Cercada, de um lado, por mais de quinhentos anos de História e convívio lusitano; e, do outro, pelo estatuto de Meca mundial do jogo – diz-se que o volume de jogo aqui é sete vezes superior ao de Las Vegas –, Macau é uma cidade de contrastes. A pujança económica não pára de se intensificar – só para este ano, analistas americanos preveem um crescimento perto dos 27%. Não admira, portanto, que num território onde turismo e cultura andam de mãos dadas, seja natural a aliança à indústria de cinema. Afinal de contas, Hong Kong, um tradicional potentado oriental nesse domínio, fica a dois passos.

Macau é também a cidade em que a grafia portuguesa convive com o mandarim, se bem que aquela se destine a um número cada vez menor de portugueses. Embora o português como língua oficial se mantenha até 2049, a língua de Camões perde força para quem anda pelas ruas – um alheamento mais acentuado desde a transferência em 1999. Ainda assim há vestígios dos intrépidos portugas, ou macaenses, que mantêm bem vivas as cores e os ícones nacionais. Sobretudo a comunidade de técnicos superiores e do staff da administração do território. E o chamamento dos outros países de língua oficial portuguesa acaba por colmatar essa falta de ‘portuguesismo’. Já na cotação da gastronomia, a cozinha tradicional lusitana continua bem viva e uma referência preferida por macaenses, mas também chineses, japoneses, coreanos, singapurenses, etc. A linguagem dos tachos é universal.

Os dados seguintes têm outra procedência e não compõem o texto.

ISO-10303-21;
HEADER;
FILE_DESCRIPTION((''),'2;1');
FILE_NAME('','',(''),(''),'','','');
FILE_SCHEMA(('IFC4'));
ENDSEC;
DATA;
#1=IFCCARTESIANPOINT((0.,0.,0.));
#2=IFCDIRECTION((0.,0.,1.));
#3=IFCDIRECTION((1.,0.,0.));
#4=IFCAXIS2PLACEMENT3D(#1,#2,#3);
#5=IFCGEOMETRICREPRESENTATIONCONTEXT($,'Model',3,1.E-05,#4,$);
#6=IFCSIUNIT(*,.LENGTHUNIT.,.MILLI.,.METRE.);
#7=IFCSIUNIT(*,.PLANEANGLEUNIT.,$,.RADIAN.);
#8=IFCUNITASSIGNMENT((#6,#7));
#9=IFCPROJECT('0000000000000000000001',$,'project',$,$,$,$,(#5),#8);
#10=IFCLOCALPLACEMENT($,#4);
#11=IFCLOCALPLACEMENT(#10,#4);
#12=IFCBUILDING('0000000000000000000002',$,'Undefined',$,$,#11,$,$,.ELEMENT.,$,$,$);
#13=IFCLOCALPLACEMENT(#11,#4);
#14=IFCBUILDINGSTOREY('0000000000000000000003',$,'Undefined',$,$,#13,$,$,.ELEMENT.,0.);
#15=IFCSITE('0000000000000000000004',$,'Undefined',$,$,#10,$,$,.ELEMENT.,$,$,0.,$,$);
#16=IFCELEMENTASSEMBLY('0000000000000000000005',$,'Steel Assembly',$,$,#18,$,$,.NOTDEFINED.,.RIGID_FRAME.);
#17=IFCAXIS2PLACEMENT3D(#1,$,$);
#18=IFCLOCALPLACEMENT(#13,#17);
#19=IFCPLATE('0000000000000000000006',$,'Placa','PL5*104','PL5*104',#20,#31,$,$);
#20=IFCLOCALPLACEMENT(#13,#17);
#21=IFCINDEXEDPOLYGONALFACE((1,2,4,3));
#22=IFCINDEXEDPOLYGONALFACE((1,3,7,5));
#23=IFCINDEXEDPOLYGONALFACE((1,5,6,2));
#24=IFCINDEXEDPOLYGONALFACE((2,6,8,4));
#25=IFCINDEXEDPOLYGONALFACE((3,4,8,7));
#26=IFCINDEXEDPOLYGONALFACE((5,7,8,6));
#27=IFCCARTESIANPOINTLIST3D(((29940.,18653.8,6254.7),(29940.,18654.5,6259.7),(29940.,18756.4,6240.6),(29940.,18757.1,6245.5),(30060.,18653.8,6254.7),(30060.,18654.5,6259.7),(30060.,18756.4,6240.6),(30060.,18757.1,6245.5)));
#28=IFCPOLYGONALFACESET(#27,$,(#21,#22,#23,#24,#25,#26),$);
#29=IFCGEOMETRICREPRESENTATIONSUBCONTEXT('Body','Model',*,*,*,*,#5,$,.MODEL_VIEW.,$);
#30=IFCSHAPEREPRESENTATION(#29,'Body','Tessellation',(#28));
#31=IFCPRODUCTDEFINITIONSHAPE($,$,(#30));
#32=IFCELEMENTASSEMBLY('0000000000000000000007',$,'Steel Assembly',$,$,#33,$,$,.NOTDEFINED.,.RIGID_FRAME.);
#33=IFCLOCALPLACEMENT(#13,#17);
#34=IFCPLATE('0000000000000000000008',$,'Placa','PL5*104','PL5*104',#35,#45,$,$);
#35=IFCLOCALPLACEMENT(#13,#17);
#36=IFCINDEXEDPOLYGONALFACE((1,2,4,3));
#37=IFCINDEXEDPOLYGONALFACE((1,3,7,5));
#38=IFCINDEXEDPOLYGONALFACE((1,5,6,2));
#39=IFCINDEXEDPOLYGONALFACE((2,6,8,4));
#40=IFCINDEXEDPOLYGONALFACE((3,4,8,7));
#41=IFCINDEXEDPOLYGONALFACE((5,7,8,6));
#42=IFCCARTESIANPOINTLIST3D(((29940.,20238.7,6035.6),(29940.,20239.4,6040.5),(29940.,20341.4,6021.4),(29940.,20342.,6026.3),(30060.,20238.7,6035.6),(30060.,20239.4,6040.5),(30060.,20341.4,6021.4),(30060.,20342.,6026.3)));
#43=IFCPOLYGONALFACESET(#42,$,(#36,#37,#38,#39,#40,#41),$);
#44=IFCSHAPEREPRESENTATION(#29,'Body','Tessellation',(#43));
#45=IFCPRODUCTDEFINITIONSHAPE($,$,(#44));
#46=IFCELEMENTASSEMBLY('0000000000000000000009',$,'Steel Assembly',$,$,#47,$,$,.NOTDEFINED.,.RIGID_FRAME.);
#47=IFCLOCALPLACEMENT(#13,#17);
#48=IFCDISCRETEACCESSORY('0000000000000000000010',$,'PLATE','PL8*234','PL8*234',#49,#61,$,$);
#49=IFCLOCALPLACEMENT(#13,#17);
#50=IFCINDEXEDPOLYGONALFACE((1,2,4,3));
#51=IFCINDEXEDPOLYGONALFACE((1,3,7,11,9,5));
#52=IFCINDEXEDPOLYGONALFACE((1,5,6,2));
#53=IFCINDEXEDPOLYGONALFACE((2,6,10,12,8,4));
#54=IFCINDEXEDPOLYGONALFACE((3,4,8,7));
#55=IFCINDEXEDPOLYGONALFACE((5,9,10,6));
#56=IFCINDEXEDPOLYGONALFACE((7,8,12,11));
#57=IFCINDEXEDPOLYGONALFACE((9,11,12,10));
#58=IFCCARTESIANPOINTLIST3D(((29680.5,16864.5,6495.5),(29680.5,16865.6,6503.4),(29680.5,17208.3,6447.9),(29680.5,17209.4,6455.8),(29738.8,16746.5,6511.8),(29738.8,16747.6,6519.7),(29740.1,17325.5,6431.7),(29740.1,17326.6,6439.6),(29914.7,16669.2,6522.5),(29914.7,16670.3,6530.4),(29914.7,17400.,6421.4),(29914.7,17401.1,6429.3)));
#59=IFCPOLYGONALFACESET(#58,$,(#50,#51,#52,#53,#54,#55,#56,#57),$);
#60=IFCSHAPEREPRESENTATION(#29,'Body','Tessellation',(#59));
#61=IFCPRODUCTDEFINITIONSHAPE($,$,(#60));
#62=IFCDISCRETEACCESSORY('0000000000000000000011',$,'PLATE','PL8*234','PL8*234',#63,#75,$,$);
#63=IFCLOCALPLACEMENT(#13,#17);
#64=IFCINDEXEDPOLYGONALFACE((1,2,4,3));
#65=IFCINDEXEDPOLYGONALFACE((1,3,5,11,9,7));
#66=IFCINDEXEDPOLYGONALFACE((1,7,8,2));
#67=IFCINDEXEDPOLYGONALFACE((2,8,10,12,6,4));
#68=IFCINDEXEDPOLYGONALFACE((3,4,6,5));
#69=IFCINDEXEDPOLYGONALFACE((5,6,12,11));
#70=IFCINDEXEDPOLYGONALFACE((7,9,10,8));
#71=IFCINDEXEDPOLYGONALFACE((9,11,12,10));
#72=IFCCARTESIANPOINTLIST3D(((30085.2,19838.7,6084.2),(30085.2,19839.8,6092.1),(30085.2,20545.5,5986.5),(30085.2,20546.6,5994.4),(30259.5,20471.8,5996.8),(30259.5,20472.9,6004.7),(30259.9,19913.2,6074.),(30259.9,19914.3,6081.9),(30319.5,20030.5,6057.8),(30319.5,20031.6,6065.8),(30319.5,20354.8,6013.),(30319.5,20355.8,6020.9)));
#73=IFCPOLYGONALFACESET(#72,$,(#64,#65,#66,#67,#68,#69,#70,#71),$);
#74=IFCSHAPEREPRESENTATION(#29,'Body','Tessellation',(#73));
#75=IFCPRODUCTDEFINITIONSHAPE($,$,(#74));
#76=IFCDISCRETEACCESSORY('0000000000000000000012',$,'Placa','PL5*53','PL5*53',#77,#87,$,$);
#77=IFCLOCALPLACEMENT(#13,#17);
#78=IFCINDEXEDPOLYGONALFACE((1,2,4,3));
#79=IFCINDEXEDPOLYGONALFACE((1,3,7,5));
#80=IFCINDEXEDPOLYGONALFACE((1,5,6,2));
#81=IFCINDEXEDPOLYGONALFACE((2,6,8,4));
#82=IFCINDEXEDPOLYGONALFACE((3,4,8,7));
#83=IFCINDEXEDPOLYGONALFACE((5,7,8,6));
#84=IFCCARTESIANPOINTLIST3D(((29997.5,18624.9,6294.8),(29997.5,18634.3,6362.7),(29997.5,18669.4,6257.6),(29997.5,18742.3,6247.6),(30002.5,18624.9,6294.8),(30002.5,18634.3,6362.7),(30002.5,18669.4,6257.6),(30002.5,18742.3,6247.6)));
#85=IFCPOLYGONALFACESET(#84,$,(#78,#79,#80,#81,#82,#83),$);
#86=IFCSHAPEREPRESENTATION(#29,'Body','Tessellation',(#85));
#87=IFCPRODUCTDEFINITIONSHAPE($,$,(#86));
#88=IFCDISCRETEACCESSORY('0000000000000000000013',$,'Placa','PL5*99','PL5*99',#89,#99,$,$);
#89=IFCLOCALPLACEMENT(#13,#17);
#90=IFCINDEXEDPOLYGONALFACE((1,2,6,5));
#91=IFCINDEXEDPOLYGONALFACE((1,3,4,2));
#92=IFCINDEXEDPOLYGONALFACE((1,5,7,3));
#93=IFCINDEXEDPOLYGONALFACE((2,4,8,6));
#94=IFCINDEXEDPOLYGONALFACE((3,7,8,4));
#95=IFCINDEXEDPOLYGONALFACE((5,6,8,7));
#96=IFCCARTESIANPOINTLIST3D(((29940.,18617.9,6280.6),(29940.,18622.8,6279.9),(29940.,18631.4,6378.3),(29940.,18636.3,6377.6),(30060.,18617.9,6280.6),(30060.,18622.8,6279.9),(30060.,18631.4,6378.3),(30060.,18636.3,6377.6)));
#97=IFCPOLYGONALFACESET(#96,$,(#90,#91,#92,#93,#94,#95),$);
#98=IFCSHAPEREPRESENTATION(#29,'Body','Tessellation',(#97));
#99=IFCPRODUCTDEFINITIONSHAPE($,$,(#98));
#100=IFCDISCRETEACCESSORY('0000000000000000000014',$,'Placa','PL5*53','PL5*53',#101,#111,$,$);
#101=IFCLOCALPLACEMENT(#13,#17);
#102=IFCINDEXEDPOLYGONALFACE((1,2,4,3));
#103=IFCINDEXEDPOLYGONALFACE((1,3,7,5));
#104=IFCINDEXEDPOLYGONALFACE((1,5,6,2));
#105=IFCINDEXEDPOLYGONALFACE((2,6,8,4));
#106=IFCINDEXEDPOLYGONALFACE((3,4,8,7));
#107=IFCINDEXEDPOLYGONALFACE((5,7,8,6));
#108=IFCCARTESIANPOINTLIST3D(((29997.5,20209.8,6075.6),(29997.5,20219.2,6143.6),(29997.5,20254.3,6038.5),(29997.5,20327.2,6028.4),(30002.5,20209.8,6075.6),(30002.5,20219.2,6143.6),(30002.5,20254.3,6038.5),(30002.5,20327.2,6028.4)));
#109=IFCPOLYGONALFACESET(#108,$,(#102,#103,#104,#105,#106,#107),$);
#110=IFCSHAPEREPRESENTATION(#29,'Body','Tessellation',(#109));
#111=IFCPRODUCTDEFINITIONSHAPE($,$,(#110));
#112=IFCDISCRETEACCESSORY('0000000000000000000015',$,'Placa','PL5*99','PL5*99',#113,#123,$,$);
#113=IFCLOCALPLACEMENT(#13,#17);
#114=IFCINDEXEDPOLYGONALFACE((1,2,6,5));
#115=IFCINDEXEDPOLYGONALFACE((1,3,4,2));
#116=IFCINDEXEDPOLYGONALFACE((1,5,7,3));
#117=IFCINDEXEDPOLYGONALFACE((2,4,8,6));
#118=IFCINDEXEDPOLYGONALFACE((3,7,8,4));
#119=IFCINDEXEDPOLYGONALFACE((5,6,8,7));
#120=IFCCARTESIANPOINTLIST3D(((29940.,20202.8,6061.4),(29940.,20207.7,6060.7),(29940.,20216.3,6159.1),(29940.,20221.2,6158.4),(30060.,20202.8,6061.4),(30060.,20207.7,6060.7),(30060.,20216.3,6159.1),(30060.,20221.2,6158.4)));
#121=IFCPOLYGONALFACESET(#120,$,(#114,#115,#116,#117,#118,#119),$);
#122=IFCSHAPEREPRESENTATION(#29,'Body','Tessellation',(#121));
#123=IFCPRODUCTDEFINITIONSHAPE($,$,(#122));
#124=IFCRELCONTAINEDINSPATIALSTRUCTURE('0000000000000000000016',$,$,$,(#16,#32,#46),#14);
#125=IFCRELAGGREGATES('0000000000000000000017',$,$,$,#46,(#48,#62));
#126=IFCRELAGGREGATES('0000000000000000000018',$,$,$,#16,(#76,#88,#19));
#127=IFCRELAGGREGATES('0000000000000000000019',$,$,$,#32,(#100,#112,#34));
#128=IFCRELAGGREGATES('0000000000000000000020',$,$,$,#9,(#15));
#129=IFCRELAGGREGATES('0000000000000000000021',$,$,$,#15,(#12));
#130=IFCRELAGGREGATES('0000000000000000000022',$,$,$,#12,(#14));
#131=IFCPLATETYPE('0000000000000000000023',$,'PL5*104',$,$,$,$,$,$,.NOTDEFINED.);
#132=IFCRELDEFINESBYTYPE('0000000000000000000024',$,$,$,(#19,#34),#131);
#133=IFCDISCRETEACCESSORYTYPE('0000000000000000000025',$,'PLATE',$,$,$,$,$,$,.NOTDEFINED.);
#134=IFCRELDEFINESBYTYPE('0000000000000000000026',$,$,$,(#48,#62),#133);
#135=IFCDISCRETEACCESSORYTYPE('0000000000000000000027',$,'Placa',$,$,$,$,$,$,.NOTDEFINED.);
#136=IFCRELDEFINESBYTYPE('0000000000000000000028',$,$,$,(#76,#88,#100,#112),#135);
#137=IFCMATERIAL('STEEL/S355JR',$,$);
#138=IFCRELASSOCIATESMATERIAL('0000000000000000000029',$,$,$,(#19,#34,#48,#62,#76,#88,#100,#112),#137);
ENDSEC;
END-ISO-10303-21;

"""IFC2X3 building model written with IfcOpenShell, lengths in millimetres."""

from ifc_helpers import new_model, si_unit, frame, origin_with_axes, place, context, subcontext, project, spatial, polyline, outline, extrude, material, type_object, element, aggregate, save


model = new_model("IFC2X3")

# Units and contexts
model_context = context("Model", 3, precision=1e-05, world=origin_with_axes())
body_context = subcontext(model_context, "Body", "Model", "MODEL_VIEW")
ifc_project = project(units=[si_unit("LENGTHUNIT", "METRE", prefix="MILLI"), si_unit("PLANEANGLEUNIT", "RADIAN")], contexts=[model_context])

# Site, building, storey
site_placement = place(None, origin_with_axes())
site = spatial("IfcSite", under=ifc_project, at=site_placement, Name="Undefined", CompositionType="ELEMENT", RefElevation=0.0)
building_placement = place(site_placement, origin_with_axes())
building = spatial("IfcBuilding", under=site, at=building_placement, Name="Undefined", CompositionType="ELEMENT")
storey_placement = place(building_placement, origin_with_axes())
storey = spatial("IfcBuildingStorey", under=building, at=storey_placement, Name="Undefined", CompositionType="ELEMENT", Elevation=0.0)

# Shared definitions
ifc_material_1 = material(Name="STEEL/S355JR")

# Element assemblies, plates
assembly_1_placement = place(storey_placement, origin_with_axes())
assembly_1 = element("IfcElementAssembly", 1, at=assembly_1_placement, inside=storey, Name="Steel Assembly", AssemblyPlace="NOTDEFINED", PredefinedType="RIGID_FRAME")
plate_type = type_object("IfcPlateType", Name="PL5*104", PredefinedType="NOTDEFINED")
plate_1_placement = place(assembly_1_placement, frame((29940.0, 18654.2, 6257.2), z_axis=(0.0, -0.136905, -0.990584), x_axis=(0.0, 0.990584, -0.136905)))
plate_1 = element("IfcPlate", 2, at=plate_1_placement, type_object=plate_type, material=ifc_material_1, Name="Placa", Description="PL5*104", ObjectType="PL5*104", context=body_context, shape_type="SweptSolid", body=[
    extrude(outline(polyline([(0.0, 0.0), (103.6, 0.0), (103.6, 120.0), (0.0, 120.0), (0.0, 0.0)])), frame((0.0, 0.0, -2.5), z_axis=(0.0, 0.0, 1.0), x_axis=(1.0, 0.0, 0.0)), (0.0, 0.0, 1.0), 5.0),
])
assembly_2_placement = place(storey_placement, origin_with_axes())
assembly_2 = element("IfcElementAssembly", 3, at=assembly_2_placement, inside=storey, Name="Steel Assembly", AssemblyPlace="NOTDEFINED", PredefinedType="RIGID_FRAME")
plate_2_placement = place(assembly_2_placement, frame((29940.0, 20239.1, 6038.0), z_axis=(0.0, -0.136905, -0.990584), x_axis=(0.0, 0.990584, -0.136905)))
plate_2 = element("IfcPlate", 4, at=plate_2_placement, type_object=plate_type, material=ifc_material_1, Name="Placa", Description="PL5*104", ObjectType="PL5*104", context=body_context, shape_type="SweptSolid", body=[
    extrude(outline(polyline([(0.0, 0.0), (103.6, 0.0), (103.6, 120.0), (0.0, 120.0), (0.0, 0.0)])), frame((0.0, 0.0, -2.5), z_axis=(0.0, 0.0, 1.0), x_axis=(1.0, 0.0, 0.0)), (0.0, 0.0, 1.0), 5.0),
])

As atribulações de um português em Macau

A sensação de aterrar de paraquedas numa China onde quase tudo tem tradução em língua portuguesa pode assemelhar-se a algo próximo da experiência de Alice ao atravessar a fronteira imaginária do País das Maravilhas, embora numa versão totalmente ‘lost in translation’. O gigantismo dos edifícios modernistas, quase todos hotéis de cinco estrelas ou casinos cujo luxo desafia a imaginação, aliado a essa babel de signos, sons e ícones, como que prolonga um estado inebriante de ‘jet lag’, algures além do sonho exótico. Afinal de contas nada mais adequado a quem vem à procura de ficção num festival de cinema. Foi precisamente o convite para o 2º IFFAM, em português, Festival Internacional de Cinema e Entrega de Prémios Macau, que nos levou à descoberta das nossas raízes naquele lado do mundo.
Mas este não é o ‘Macao’ exótico que Joseph von Sternberg realizou em 1952 – aproxima-se talvez mais da versão multicultural de ‘A Última Vez Que Vi Macau’, de João Pedro Rodrigues e João Rui Guerra da Mata, de 2012. Algumas das principais vias têm nomes familiares:Avenida da Praia Grande, Rua de Macau, Praça Luís de Camões… Mas ficamos mais ‘em casa’ à medida que nos aproximamos das Ruínas de São Paulo, no bairro de recorte arquitetónico colonial. Mais difícil de encontrar é alguém que fale português. Talvez inglês, mas é raro também.

Em Macau a ficção dos filmes parece ter-se traduzido em delírio arquitetónico de casinos que apareceram como cogumelos de luxo, pagos com o peso da pataca e do dólar de Hong Kong, as moedas que convivem lado a lado em Macau. 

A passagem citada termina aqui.